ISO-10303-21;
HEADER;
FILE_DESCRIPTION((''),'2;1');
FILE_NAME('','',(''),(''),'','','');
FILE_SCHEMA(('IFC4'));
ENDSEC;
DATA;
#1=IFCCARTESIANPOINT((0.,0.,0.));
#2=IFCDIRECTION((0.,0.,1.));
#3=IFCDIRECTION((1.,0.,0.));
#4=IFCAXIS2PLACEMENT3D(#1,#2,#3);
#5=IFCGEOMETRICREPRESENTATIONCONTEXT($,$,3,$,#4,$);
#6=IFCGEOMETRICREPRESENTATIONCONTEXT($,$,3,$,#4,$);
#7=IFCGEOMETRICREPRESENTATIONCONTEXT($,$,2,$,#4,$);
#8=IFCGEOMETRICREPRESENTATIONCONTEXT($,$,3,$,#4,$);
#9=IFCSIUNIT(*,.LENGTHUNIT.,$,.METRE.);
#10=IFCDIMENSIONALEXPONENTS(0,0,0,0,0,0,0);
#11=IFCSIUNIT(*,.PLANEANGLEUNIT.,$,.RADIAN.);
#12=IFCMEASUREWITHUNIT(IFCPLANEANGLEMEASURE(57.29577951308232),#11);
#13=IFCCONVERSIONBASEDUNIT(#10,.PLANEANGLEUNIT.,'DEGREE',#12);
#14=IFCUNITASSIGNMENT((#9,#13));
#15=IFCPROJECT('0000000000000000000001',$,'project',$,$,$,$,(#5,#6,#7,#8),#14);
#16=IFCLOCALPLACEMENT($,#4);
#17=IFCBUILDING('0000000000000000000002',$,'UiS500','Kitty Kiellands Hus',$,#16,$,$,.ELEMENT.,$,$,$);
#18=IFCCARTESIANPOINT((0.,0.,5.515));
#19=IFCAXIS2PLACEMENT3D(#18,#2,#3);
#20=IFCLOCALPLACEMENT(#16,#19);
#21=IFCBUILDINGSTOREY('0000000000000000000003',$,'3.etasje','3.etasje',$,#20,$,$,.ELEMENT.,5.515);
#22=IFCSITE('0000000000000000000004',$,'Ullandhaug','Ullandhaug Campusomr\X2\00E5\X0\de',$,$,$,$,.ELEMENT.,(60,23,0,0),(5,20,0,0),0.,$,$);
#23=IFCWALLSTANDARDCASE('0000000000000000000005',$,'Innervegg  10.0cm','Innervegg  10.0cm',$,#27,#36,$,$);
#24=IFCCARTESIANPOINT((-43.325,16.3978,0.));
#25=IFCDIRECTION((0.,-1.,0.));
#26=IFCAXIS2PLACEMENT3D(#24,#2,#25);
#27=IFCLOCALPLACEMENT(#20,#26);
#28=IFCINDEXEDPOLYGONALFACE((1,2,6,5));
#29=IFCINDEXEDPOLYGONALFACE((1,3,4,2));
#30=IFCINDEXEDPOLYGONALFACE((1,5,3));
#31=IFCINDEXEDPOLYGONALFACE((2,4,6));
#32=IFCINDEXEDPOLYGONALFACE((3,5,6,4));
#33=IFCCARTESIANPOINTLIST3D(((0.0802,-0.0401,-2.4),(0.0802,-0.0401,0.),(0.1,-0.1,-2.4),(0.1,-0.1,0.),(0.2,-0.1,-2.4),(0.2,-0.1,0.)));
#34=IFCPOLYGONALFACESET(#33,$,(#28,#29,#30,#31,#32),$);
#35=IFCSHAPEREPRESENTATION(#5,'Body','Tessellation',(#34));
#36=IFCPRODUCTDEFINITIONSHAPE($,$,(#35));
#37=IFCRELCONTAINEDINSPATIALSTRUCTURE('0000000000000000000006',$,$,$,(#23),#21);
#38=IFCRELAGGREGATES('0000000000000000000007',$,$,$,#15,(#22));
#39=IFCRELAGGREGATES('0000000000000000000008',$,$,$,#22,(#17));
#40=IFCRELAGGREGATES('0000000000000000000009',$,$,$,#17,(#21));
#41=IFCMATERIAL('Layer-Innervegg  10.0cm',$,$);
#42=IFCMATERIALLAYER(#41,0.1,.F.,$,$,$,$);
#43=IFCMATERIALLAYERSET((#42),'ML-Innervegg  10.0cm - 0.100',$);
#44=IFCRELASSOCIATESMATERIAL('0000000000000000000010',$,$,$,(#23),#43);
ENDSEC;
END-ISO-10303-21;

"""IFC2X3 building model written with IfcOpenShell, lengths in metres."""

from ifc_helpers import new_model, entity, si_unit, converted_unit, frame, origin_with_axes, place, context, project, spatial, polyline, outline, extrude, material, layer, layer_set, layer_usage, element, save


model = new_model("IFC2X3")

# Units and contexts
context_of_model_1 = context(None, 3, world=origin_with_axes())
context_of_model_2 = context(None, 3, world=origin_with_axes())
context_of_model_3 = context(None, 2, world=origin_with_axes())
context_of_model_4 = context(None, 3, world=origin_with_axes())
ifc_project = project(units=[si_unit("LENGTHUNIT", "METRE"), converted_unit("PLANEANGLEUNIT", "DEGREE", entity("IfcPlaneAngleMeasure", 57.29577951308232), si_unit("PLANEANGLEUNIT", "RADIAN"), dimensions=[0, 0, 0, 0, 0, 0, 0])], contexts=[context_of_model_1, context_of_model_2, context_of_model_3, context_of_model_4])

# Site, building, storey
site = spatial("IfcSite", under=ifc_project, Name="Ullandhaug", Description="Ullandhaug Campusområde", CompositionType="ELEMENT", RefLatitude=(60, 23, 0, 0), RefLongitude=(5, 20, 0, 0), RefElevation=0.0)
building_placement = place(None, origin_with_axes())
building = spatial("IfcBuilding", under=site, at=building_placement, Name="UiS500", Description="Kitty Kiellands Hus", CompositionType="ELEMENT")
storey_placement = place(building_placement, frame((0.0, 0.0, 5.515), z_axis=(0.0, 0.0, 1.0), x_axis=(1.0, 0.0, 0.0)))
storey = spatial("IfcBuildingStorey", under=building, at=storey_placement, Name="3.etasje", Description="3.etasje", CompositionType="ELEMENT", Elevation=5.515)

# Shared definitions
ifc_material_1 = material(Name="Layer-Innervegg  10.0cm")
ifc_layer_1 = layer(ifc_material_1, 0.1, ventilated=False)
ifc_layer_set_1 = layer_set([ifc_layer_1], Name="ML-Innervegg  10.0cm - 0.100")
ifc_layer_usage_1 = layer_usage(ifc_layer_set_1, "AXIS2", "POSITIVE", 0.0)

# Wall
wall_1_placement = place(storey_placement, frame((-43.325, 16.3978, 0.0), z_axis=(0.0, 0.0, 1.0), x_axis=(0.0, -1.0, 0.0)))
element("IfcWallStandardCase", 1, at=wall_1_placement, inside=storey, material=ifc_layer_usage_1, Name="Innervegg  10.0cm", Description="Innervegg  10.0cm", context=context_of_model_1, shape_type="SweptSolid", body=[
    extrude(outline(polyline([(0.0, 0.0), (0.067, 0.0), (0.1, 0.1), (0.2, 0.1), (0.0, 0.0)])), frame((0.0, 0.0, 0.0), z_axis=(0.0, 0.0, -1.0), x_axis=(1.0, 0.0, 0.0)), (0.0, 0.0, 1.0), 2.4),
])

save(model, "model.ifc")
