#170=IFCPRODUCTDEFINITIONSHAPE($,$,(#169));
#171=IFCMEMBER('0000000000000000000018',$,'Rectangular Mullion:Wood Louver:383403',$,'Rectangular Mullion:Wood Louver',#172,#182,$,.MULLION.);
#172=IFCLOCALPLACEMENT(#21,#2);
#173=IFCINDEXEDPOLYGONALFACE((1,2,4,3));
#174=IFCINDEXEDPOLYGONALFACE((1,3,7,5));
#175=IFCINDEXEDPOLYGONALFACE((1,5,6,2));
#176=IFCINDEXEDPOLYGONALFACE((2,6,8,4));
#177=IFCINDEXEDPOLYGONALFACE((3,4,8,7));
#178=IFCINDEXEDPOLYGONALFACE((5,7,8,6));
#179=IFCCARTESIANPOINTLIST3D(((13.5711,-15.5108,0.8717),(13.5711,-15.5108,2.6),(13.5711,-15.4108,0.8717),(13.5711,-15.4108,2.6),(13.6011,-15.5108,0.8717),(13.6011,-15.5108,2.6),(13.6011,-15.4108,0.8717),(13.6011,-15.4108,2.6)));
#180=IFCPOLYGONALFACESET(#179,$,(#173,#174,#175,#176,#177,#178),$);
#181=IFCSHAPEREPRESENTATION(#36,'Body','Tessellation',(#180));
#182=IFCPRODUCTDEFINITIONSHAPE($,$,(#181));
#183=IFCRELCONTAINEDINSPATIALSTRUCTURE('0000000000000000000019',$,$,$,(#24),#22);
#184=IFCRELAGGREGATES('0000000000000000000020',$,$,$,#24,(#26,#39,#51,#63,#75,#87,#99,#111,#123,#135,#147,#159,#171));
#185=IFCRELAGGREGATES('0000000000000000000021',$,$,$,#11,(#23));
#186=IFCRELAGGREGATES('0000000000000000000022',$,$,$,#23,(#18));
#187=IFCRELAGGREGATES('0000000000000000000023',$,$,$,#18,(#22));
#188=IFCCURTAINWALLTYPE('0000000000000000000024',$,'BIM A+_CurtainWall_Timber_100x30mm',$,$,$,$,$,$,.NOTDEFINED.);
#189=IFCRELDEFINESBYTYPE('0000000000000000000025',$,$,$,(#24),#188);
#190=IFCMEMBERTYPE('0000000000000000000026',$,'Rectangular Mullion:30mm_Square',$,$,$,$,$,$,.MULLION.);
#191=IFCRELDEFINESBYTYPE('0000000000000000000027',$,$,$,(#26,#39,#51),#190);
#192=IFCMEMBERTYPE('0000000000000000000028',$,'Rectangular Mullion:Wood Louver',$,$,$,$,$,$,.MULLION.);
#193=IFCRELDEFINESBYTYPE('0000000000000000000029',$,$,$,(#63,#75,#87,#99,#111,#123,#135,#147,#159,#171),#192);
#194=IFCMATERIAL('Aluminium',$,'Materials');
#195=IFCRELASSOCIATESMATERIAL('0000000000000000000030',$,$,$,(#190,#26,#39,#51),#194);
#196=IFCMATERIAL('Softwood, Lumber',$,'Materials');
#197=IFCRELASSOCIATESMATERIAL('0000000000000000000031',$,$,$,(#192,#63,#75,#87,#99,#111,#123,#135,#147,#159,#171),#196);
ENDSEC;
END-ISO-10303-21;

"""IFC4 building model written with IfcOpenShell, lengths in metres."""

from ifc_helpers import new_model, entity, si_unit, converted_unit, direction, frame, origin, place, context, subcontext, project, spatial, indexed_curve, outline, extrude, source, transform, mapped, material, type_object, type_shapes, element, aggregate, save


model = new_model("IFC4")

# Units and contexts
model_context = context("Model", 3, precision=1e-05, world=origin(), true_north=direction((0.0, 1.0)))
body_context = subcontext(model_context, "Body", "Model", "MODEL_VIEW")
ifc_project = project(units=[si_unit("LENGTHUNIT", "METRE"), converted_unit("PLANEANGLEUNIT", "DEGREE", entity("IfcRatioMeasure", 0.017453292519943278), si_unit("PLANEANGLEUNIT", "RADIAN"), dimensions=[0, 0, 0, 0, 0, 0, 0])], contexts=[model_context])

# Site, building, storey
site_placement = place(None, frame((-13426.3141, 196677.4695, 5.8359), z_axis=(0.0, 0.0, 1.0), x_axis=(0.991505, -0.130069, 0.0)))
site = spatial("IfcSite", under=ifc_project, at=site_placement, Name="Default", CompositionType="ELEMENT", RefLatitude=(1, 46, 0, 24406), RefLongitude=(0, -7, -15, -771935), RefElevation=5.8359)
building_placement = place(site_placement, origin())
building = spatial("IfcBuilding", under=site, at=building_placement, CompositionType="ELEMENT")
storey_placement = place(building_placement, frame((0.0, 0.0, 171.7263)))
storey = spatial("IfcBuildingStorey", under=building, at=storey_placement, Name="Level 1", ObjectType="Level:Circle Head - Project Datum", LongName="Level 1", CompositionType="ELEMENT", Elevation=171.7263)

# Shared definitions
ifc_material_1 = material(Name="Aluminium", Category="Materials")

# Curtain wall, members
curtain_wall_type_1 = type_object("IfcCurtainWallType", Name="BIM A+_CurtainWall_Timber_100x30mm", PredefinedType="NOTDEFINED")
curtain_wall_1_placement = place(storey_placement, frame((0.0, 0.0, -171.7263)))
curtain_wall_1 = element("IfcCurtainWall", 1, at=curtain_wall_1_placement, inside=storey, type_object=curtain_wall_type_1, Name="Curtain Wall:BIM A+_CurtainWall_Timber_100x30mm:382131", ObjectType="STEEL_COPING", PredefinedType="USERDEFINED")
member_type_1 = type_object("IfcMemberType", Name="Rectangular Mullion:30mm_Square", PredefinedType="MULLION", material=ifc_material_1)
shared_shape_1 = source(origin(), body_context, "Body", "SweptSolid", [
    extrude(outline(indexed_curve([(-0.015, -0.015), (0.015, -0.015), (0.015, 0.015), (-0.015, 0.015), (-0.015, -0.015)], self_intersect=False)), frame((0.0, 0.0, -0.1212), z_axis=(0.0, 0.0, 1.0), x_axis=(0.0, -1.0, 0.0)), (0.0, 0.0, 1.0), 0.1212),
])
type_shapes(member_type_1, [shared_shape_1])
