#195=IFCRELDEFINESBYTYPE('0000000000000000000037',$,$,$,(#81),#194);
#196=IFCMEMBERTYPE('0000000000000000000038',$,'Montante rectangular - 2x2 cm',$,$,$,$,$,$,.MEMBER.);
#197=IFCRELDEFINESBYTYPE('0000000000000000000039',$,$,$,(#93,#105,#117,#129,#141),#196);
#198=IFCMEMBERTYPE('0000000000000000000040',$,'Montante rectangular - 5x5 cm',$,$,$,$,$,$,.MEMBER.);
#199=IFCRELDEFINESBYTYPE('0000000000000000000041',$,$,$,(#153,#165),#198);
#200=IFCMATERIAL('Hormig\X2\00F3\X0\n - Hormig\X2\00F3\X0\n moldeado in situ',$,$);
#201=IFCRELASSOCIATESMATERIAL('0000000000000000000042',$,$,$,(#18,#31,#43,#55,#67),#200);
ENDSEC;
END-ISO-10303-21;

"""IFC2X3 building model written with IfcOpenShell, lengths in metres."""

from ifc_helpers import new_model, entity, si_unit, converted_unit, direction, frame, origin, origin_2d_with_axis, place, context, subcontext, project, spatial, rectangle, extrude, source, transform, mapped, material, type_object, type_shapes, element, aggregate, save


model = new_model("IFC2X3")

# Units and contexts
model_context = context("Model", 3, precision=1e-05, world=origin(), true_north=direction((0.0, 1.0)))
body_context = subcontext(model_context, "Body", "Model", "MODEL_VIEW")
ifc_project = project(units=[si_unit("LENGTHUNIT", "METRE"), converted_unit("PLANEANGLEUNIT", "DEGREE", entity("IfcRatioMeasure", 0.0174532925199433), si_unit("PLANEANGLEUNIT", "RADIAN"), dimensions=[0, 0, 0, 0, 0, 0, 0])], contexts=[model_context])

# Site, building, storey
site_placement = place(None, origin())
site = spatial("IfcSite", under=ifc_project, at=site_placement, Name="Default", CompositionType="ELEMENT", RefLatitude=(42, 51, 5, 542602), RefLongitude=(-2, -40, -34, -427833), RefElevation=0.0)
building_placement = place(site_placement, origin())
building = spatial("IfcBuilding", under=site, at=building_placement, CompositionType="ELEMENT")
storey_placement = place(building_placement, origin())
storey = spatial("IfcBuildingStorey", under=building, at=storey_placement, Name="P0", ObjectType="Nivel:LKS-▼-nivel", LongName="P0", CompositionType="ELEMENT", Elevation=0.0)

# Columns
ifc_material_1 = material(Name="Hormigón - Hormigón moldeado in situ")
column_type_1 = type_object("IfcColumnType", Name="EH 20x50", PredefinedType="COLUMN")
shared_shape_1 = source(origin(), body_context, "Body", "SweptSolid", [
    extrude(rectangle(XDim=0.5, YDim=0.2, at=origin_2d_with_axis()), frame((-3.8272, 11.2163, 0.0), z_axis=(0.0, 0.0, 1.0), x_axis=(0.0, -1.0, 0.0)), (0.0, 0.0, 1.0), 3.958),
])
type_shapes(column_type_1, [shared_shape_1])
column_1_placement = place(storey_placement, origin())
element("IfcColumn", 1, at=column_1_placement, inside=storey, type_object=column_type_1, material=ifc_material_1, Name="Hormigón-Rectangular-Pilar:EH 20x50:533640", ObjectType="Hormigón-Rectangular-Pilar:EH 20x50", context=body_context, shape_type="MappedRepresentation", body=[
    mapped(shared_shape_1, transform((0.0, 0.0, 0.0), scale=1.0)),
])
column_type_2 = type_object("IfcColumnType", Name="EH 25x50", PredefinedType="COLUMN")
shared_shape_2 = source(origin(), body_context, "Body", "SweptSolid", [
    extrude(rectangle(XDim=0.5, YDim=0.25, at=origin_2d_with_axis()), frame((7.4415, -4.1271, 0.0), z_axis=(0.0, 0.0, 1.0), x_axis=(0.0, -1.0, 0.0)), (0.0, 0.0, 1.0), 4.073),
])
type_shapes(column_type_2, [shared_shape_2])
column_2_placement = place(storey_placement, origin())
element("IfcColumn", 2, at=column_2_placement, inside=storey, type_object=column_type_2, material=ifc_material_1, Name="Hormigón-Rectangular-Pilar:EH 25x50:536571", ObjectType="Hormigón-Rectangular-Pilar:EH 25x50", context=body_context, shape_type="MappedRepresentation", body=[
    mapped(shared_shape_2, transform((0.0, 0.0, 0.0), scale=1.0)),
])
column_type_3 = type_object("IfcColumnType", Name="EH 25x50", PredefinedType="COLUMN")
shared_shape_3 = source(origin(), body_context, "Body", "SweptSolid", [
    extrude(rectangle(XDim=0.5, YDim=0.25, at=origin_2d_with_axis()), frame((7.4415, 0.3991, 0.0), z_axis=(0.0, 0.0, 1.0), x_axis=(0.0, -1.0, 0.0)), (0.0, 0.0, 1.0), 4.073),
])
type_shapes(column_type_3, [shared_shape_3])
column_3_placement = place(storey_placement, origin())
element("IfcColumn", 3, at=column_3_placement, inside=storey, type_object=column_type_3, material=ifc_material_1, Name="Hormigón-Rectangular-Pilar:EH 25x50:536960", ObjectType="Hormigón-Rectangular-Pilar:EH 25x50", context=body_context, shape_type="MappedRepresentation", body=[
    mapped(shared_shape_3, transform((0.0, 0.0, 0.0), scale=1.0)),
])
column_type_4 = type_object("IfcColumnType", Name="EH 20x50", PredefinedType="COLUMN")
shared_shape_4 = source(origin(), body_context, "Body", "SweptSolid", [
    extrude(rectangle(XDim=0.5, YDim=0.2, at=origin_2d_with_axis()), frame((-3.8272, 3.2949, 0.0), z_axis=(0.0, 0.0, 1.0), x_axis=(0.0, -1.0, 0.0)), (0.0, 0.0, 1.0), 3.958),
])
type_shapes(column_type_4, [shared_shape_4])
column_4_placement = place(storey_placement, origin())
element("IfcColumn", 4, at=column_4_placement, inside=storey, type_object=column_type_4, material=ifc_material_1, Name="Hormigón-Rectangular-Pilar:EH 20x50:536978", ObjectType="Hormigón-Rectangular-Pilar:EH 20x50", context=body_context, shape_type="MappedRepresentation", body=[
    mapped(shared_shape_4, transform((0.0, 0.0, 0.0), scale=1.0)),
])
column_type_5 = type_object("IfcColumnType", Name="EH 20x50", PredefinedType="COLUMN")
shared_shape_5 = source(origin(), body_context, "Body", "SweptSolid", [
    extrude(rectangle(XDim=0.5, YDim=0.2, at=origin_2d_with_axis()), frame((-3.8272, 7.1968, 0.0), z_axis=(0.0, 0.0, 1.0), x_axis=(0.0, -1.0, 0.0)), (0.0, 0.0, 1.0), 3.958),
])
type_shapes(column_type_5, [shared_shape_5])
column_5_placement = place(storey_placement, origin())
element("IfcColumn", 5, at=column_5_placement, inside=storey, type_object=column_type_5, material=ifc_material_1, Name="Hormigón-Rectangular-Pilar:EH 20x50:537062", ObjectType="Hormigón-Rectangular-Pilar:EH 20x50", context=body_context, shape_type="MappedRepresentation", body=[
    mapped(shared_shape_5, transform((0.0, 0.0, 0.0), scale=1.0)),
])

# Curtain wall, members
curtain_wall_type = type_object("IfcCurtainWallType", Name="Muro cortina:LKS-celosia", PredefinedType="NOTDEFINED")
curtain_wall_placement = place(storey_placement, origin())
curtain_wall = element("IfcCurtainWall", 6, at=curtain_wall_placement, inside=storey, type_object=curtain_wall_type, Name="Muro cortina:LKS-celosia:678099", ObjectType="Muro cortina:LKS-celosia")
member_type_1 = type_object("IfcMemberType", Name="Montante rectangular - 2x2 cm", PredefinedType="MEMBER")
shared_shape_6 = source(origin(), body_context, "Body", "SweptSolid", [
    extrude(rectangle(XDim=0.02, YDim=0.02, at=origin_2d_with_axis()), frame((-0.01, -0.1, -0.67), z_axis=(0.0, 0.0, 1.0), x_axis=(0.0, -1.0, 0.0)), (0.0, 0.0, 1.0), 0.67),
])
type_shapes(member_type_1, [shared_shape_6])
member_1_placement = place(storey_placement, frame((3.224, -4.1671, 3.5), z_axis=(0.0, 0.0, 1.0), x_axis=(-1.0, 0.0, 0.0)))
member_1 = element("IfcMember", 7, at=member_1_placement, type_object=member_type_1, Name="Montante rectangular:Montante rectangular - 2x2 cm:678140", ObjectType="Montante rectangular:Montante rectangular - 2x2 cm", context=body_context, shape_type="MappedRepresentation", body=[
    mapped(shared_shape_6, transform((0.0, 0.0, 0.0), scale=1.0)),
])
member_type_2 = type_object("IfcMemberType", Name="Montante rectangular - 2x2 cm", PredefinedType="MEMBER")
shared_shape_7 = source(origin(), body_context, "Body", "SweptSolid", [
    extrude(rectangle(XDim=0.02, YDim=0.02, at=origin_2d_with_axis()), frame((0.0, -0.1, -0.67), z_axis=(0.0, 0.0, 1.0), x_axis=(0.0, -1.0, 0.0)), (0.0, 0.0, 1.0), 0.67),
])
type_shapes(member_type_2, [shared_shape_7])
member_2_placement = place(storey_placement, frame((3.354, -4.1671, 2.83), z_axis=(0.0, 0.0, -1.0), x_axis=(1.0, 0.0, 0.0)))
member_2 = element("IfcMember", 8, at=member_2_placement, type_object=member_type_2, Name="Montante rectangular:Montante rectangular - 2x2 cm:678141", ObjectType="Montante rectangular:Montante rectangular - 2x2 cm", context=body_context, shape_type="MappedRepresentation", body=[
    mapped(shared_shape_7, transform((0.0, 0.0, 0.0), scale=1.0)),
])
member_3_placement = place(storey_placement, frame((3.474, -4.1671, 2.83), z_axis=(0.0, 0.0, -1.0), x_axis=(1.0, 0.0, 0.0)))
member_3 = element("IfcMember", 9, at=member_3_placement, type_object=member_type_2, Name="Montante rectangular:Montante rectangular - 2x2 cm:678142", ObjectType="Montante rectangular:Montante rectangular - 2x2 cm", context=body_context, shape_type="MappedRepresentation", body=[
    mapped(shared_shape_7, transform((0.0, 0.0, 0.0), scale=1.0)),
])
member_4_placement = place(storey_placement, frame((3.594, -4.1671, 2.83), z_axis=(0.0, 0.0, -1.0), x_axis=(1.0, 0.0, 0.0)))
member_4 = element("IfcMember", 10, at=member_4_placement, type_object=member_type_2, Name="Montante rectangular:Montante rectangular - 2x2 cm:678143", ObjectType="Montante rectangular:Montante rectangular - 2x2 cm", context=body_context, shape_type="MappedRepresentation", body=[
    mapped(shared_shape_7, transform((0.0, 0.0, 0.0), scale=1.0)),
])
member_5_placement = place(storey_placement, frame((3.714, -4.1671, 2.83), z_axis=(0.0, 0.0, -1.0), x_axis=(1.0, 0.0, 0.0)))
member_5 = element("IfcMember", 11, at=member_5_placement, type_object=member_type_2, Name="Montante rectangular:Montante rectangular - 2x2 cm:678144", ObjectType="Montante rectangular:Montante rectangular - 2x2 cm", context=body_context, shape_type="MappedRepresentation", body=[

About this task –
The answer is the number of lines in the preceding material that hold "situ"; write that number and nothing else.

Task solution –
2